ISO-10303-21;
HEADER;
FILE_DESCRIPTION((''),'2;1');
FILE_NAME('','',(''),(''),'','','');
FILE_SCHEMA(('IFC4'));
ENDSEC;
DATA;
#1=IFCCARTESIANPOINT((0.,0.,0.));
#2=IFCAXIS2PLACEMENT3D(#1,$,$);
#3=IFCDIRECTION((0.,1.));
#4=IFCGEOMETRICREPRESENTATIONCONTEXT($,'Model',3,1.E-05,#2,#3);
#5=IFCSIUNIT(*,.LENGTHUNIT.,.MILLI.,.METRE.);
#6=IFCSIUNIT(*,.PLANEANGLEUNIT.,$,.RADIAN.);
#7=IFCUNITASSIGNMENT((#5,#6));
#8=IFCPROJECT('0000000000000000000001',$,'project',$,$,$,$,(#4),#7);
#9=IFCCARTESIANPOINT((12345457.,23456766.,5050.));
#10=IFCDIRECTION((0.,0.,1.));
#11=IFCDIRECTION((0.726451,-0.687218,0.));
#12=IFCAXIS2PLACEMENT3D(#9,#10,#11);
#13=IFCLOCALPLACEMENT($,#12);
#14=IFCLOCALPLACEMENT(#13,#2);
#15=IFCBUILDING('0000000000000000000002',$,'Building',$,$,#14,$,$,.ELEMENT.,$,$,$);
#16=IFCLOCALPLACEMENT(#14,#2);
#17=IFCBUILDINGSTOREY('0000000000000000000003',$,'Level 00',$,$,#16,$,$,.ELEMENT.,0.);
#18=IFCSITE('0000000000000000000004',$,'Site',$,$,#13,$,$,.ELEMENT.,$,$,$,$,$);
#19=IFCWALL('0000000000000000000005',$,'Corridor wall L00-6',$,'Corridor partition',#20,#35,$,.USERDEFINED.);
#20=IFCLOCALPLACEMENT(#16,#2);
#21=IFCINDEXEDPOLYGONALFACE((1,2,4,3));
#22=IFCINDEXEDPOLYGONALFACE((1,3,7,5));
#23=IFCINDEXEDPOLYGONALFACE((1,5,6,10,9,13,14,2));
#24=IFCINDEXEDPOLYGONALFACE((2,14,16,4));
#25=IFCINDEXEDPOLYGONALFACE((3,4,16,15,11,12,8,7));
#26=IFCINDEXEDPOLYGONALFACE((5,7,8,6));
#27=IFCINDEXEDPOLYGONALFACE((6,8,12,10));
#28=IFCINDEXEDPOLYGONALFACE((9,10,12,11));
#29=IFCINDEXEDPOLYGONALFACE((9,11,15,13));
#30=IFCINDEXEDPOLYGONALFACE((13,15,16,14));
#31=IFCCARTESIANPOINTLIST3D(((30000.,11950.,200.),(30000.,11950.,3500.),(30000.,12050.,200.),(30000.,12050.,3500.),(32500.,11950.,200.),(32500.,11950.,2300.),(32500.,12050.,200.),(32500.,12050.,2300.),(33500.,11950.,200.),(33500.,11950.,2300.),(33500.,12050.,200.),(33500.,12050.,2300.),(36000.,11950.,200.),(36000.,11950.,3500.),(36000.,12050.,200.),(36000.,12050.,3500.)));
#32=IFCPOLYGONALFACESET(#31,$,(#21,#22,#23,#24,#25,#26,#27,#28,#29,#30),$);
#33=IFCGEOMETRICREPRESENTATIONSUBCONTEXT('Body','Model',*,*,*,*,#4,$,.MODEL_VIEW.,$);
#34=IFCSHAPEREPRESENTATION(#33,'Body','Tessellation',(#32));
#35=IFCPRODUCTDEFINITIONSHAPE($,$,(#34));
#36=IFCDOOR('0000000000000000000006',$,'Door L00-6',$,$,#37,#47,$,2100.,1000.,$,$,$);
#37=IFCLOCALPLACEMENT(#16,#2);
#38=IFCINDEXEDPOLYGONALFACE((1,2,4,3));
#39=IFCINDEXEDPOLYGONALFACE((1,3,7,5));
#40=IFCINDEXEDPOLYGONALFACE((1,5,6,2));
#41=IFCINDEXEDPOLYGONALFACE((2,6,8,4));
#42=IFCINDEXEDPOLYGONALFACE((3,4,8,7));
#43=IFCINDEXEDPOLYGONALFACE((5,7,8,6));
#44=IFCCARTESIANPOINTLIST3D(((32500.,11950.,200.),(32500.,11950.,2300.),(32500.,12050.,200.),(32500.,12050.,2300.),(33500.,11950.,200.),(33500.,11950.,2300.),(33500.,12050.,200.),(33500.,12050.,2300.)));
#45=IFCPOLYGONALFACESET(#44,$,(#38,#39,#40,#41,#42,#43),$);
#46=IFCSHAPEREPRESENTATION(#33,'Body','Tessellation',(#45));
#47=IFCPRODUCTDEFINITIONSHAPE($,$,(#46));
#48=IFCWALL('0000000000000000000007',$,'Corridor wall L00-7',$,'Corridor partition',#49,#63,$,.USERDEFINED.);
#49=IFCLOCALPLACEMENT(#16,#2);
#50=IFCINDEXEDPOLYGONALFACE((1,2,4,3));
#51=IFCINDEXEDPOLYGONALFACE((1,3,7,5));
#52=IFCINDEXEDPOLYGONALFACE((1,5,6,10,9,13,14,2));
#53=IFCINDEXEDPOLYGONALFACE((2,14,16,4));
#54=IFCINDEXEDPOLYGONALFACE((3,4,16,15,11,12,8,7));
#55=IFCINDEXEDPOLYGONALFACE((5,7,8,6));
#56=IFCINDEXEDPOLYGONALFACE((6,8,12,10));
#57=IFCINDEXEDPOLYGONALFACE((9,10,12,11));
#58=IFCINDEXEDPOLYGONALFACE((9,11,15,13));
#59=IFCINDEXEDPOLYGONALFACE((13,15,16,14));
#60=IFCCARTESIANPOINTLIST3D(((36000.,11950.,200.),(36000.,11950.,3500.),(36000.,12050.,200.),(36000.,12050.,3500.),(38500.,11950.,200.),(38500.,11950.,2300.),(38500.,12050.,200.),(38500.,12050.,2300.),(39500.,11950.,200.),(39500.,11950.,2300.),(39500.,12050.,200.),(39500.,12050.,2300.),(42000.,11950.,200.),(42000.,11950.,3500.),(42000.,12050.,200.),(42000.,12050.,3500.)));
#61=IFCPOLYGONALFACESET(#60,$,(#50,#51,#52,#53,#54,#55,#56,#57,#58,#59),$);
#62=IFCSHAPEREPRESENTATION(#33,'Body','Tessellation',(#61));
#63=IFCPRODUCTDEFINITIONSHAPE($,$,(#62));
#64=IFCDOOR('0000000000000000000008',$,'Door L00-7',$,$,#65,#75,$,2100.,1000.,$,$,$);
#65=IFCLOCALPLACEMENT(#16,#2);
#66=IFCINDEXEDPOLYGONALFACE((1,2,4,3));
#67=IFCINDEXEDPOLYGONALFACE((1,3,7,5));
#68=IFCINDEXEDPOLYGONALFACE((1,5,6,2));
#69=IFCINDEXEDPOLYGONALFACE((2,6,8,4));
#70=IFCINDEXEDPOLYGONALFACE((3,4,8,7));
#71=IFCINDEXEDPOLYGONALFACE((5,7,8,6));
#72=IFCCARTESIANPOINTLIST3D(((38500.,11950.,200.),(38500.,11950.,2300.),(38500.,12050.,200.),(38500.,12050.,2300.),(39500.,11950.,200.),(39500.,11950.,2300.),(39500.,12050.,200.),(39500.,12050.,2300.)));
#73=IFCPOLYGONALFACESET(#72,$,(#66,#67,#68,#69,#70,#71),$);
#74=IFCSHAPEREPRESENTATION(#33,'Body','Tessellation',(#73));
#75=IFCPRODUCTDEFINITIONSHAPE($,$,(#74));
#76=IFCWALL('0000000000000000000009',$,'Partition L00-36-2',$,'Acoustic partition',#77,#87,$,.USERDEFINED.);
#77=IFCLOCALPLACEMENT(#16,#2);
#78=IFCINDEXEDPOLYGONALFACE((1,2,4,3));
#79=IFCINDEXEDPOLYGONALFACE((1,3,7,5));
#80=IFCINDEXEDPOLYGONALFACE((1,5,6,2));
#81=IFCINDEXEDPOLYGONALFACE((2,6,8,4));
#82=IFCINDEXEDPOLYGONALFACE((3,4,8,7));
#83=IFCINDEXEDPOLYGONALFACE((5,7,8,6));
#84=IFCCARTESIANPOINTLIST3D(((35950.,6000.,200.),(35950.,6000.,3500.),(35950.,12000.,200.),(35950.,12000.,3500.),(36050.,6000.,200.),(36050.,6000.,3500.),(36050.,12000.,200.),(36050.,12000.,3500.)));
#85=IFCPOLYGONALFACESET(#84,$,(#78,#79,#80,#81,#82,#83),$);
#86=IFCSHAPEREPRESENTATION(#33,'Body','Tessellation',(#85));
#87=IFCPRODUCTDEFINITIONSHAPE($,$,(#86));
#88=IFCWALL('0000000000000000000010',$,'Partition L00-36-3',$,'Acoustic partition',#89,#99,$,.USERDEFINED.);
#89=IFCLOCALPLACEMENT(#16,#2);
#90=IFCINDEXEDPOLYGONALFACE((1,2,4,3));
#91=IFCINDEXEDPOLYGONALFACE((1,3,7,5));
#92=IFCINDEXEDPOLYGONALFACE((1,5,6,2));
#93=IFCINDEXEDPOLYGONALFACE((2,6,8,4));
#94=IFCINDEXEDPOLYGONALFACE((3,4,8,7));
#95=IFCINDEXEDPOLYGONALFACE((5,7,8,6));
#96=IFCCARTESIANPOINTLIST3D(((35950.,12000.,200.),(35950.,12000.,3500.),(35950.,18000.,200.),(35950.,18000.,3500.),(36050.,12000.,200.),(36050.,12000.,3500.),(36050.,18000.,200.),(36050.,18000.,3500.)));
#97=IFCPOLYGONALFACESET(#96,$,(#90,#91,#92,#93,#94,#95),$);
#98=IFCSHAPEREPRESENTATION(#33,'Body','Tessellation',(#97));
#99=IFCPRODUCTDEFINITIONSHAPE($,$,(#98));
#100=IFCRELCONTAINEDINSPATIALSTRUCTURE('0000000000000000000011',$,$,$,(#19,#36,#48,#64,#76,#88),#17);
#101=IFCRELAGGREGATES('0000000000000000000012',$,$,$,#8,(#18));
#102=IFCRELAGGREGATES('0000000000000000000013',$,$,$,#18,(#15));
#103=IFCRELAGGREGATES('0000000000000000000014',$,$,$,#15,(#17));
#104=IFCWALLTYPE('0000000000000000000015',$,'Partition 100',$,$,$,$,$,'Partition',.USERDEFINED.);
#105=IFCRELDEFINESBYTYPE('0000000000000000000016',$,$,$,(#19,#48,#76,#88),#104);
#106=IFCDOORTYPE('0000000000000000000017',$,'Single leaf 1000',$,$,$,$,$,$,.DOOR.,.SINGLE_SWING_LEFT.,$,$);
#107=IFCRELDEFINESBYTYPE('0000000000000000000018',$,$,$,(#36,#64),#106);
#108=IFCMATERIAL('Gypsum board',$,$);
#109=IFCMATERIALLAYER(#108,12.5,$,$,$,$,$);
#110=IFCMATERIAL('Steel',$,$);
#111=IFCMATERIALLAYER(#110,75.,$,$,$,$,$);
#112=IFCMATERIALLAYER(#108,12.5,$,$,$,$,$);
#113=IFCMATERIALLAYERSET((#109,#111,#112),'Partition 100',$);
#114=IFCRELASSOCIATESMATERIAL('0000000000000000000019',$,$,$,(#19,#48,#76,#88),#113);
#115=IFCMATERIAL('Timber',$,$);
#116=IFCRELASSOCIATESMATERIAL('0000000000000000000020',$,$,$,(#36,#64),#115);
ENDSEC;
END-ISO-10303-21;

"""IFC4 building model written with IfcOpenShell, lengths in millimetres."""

from ifc_helpers import new_model, si_unit, direction, frame, origin, place, context, subcontext, project, spatial, rectangle, extrude, source, transform, mapped, material, layer, layer_set, layer_usage, type_object, type_shapes, element, fill, save


model = new_model("IFC4")

# Units and contexts
model_context = context("Model", 3, precision=1e-05, world=origin(), true_north=direction((0.0, 1.0)))
body_context = subcontext(model_context, "Body", "Model", "MODEL_VIEW")
ifc_project = project(units=[si_unit("LENGTHUNIT", "METRE", prefix="MILLI"), si_unit("PLANEANGLEUNIT", "RADIAN")], contexts=[model_context])

# Site, building, storey
site_placement = place(None, frame((12345457.0, 23456766.0, 5050.0), z_axis=(0.0, 0.0, 1.0), x_axis=(0.726451, -0.687218, 0.0)))
site = spatial("IfcSite", under=ifc_project, at=site_placement, Name="Site", CompositionType="ELEMENT")
building_placement = place(site_placement, origin())
building = spatial("IfcBuilding", under=site, at=building_placement, Name="Building", CompositionType="ELEMENT")
storey_placement = place(building_placement, origin())
storey = spatial("IfcBuildingStorey", under=building, at=storey_placement, Name="Level 00", CompositionType="ELEMENT", Elevation=0.0)

# Shared definitions
ifc_material_1 = material(Name="Steel")

# Walls, openings, doors
ifc_material_2 = material(Name="Gypsum board")
ifc_layer_1 = layer(ifc_material_2, 12.5)
ifc_layer_2 = layer(ifc_material_1, 75.0)
ifc_layer_3 = layer(ifc_material_2, 12.5)
ifc_layer_set_1 = layer_set([ifc_layer_1, ifc_layer_2, ifc_layer_3], Name="Partition 100")
ifc_layer_usage_1 = layer_usage(ifc_layer_set_1, "AXIS2", "POSITIVE", 0.0)
wall_type_1 = type_object("IfcWallType", Name="Partition 100", ElementType="Partition", PredefinedType="USERDEFINED")
wall_1_placement = place(storey_placement, frame((30000.0, 11950.0, 200.0)))
wall_1 = element("IfcWall", 1, at=wall_1_placement, inside=storey, type_object=wall_type_1, material=ifc_layer_usage_1, Name="Corridor wall L00-6", ObjectType="Corridor partition", PredefinedType="USERDEFINED", context=body_context, shape_type="SweptSolid", body=[
    extrude(rectangle(XDim=6000.0, YDim=100.0), frame((3000.0, 50.0, 0.0)), (0.0, 0.0, 1.0), 3300.0),
])
opening_1_placement = place(wall_1_placement, frame((2500.0, -50.0, 0.0)))
opening_1 = element("IfcOpeningElement", 2, at=opening_1_placement, cuts=wall_1, PredefinedType="OPENING", context=body_context, shape_type="SweptSolid", body=[
    extrude(rectangle(XDim=1000.0, YDim=200.0), frame((500.0, 100.0, 0.0)), (0.0, 0.0, 1.0), 2100.0),
])
ifc_material_3 = material(Name="Timber")
door_type = type_object("IfcDoorType", Name="Single leaf 1000", OperationType="SINGLE_SWING_LEFT", PredefinedType="DOOR")
shared_shape = source(origin(), body_context, "Body", "SweptSolid", [
    extrude(rectangle(XDim=1000.0, YDim=100.0), frame((500.0, 50.0, 0.0)), (0.0, 0.0, 1.0), 2100.0),
])
type_shapes(door_type, [shared_shape])
door_1_placement = place(storey_placement, frame((32500.0, 11950.0, 200.0)))
door_1 = element("IfcDoor", 3, at=door_1_placement, inside=storey, type_object=door_type, material=ifc_material_3, Name="Door L00-6", OverallHeight=2100.0, OverallWidth=1000.0, context=body_context, shape_type="MappedRepresentation", body=[
    mapped(shared_shape, transform((0.0, 0.0, 0.0))),
])
fill(opening_1, door_1)
wall_2_placement = place(storey_placement, frame((36000.0, 11950.0, 200.0)))
wall_2 = element("IfcWall", 4, at=wall_2_placement, inside=storey, type_object=wall_type_1, material=ifc_layer_usage_1, Name="Corridor wall L00-7", ObjectType="Corridor partition", PredefinedType="USERDEFINED", context=body_context, shape_type="SweptSolid", body=[
    extrude(rectangle(XDim=6000.0, YDim=100.0), frame((3000.0, 50.0, 0.0)), (0.0, 0.0, 1.0), 3300.0),
])
opening_2_placement = place(wall_2_placement, frame((2500.0, -50.0, 0.0)))
opening_2 = element("IfcOpeningElement", 5, at=opening_2_placement, cuts=wall_2, PredefinedType="OPENING", context=body_context, shape_type="SweptSolid", body=[
    extrude(rectangle(XDim=1000.0, YDim=200.0), frame((500.0, 100.0, 0.0)), (0.0, 0.0, 1.0), 2100.0),
])
door_2_placement = place(storey_placement, frame((38500.0, 11950.0, 200.0)))
door_2 = element("IfcDoor", 6, at=door_2_placement, inside=storey, type_object=door_type, material=ifc_material_3, Name="Door L00-7", OverallHeight=2100.0, OverallWidth=1000.0, context=body_context, shape_type="MappedRepresentation", body=[
    mapped(shared_shape, transform((0.0, 0.0, 0.0))),
])
fill(opening_2, door_2)

# Walls
for number, where, name in (
    (7, (35950.0, 6000.0, 200.0), "Partition L00-36-2"),
    (8, (35950.0, 12000.0, 200.0), "Partition L00-36-3"),
):
    element("IfcWall", number, at=place(storey_placement, frame(where)), inside=storey, type_object=wall_type_1, material=ifc_layer_usage_1, Name=name, ObjectType="Acoustic partition", PredefinedType="USERDEFINED", context=body_context, shape_type="SweptSolid", body=[
        extrude(rectangle(XDim=100.0, YDim=6000.0), frame((50.0, 3000.0, 0.0)), (0.0, 0.0, 1.0), 3300.0),
    ])

save(model, "model.ifc")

------------

## What to produce
Among the entries above, which lines include "Tessellation"? List them all.

## Written answer
#34=IFCSHAPEREPRESENTATION(#33,'Body','Tessellation',(#32));
#46=IFCSHAPEREPRESENTATION(#33,'Body','Tessellation',(#45));
#62=IFCSHAPEREPRESENTATION(#33,'Body','Tessellation',(#61));
#74=IFCSHAPEREPRESENTATION(#33,'Body','Tessellation',(#73));
#86=IFCSHAPEREPRESENTATION(#33,'Body','Tessellation',(#85));
#98=IFCSHAPEREPRESENTATION(#33,'Body','Tessellation',(#97));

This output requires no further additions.